*Input*:

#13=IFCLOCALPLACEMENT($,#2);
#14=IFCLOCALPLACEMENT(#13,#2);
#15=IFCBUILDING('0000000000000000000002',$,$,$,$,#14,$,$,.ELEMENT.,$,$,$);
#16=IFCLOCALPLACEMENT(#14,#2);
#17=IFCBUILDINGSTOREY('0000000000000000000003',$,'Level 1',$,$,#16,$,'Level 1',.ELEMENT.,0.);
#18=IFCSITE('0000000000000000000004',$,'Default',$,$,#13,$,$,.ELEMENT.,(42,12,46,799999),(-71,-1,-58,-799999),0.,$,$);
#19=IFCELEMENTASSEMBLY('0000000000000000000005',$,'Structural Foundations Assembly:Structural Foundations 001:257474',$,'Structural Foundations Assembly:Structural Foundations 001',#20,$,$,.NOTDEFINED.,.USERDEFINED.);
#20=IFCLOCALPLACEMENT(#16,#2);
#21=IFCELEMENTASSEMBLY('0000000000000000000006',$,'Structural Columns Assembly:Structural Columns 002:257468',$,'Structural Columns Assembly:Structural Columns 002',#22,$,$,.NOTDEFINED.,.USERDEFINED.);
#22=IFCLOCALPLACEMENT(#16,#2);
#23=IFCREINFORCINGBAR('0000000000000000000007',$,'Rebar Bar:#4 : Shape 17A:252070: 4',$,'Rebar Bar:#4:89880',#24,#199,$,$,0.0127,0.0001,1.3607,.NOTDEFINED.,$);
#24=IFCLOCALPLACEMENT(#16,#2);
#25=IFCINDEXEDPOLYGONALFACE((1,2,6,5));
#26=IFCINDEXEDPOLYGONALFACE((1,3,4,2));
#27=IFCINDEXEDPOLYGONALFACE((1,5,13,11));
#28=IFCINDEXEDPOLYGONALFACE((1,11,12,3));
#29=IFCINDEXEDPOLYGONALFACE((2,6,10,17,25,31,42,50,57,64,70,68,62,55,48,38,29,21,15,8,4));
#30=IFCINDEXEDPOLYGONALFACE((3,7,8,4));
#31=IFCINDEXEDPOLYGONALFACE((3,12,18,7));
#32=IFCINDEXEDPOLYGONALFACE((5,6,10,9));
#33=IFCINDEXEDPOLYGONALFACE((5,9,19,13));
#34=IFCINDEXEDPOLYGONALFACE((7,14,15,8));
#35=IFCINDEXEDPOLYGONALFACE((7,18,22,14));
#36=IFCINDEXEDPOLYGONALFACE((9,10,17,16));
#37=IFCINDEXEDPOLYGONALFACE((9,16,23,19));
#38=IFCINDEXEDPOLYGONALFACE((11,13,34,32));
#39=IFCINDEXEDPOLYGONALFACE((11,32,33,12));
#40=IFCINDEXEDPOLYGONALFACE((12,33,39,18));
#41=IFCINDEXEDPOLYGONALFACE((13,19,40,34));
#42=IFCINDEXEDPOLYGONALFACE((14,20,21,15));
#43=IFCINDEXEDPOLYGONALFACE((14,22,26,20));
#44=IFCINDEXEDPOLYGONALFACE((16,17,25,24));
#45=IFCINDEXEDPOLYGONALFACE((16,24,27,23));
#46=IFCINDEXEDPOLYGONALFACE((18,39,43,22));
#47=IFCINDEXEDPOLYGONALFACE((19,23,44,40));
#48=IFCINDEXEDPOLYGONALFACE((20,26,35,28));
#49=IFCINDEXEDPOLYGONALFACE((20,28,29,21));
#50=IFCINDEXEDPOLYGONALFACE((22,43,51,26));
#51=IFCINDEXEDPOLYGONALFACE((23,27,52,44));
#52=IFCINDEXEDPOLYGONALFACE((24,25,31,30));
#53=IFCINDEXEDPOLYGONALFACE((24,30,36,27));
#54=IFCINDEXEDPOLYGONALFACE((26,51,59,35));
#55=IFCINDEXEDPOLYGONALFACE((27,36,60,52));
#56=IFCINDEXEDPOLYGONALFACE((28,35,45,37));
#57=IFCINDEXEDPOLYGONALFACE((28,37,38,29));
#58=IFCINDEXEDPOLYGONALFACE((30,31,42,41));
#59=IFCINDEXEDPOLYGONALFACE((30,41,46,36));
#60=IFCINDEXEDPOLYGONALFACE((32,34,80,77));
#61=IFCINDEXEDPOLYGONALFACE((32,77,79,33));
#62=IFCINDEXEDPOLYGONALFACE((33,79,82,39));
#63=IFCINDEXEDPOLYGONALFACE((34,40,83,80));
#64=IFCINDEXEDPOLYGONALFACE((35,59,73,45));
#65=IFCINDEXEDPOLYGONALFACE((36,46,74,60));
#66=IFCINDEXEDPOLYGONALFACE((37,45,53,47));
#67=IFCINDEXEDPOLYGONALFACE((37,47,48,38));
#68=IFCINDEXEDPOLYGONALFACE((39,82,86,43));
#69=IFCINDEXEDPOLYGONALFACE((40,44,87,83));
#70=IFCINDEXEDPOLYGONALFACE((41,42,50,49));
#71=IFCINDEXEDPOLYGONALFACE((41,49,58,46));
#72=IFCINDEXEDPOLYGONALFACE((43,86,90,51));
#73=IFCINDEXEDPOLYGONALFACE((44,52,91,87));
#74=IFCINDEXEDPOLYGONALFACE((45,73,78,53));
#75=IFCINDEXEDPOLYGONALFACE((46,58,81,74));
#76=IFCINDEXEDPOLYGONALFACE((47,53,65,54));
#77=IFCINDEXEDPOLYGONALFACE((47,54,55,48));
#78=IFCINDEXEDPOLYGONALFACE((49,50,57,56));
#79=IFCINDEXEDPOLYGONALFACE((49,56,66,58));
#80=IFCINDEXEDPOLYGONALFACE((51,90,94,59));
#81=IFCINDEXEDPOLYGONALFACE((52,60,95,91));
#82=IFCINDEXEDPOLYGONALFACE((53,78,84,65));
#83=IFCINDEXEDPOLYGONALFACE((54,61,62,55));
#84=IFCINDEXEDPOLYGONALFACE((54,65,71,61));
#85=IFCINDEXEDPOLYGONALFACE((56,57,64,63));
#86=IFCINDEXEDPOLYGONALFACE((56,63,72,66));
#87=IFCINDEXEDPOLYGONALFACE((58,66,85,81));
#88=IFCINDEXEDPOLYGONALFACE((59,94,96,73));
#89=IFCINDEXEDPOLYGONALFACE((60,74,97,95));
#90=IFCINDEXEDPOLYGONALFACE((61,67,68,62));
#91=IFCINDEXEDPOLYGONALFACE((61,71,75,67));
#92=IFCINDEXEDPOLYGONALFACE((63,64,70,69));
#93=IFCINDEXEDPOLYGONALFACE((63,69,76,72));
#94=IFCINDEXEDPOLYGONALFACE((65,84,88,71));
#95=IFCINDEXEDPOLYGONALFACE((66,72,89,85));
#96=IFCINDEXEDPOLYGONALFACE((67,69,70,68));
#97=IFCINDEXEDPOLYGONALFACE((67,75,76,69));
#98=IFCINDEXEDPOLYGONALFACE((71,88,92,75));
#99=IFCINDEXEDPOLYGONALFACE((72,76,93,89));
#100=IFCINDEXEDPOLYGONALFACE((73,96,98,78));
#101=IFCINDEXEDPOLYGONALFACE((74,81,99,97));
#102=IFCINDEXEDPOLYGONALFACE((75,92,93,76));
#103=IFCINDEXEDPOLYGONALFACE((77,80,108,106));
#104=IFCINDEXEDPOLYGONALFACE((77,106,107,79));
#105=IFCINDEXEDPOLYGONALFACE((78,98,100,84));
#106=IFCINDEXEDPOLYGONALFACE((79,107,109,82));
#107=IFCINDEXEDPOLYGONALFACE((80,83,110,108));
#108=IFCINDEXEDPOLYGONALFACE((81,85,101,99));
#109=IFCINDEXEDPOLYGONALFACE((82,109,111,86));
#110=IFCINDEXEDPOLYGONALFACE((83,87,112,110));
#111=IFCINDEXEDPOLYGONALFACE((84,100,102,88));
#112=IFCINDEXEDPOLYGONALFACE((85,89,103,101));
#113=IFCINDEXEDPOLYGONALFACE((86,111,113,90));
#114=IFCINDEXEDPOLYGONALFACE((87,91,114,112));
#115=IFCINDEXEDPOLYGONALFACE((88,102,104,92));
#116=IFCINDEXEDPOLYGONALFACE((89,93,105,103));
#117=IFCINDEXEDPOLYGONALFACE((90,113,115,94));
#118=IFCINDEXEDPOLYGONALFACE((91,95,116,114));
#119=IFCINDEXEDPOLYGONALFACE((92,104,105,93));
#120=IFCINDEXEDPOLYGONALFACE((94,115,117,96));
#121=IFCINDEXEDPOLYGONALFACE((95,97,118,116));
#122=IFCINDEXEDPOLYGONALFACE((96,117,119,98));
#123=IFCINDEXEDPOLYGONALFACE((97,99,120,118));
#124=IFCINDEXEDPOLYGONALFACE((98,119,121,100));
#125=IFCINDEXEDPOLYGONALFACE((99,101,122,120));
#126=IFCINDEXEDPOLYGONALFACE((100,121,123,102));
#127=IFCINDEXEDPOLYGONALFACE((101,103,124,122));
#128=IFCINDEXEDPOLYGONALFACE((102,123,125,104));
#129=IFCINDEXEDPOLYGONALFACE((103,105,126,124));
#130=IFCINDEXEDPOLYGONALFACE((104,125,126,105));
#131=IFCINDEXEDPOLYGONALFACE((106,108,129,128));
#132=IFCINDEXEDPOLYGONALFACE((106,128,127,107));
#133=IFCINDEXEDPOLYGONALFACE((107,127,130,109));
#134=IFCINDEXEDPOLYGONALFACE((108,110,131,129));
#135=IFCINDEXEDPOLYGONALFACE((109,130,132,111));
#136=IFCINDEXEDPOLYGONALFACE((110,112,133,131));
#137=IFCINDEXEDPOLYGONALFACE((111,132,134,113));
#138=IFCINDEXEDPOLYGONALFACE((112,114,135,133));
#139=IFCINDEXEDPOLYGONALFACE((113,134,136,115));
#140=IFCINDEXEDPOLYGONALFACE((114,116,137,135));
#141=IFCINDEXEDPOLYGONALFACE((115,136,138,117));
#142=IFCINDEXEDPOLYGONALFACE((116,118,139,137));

*Work item*: Which lines of the data contain the string "Structural"? Copy each of them.

*Written reply*:
#19=IFCELEMENTASSEMBLY('0000000000000000000005',$,'Structural Foundations Assembly:Structural Foundations 001:257474',$,'Structural Foundations Assembly:Structural Foundations 001',#20,$,$,.NOTDEFINED.,.USERDEFINED.);
#21=IFCELEMENTASSEMBLY('0000000000000000000006',$,'Structural Columns Assembly:Structural Columns 002:257468',$,'Structural Columns Assembly:Structural Columns 002',#22,$,$,.NOTDEFINED.,.USERDEFINED.);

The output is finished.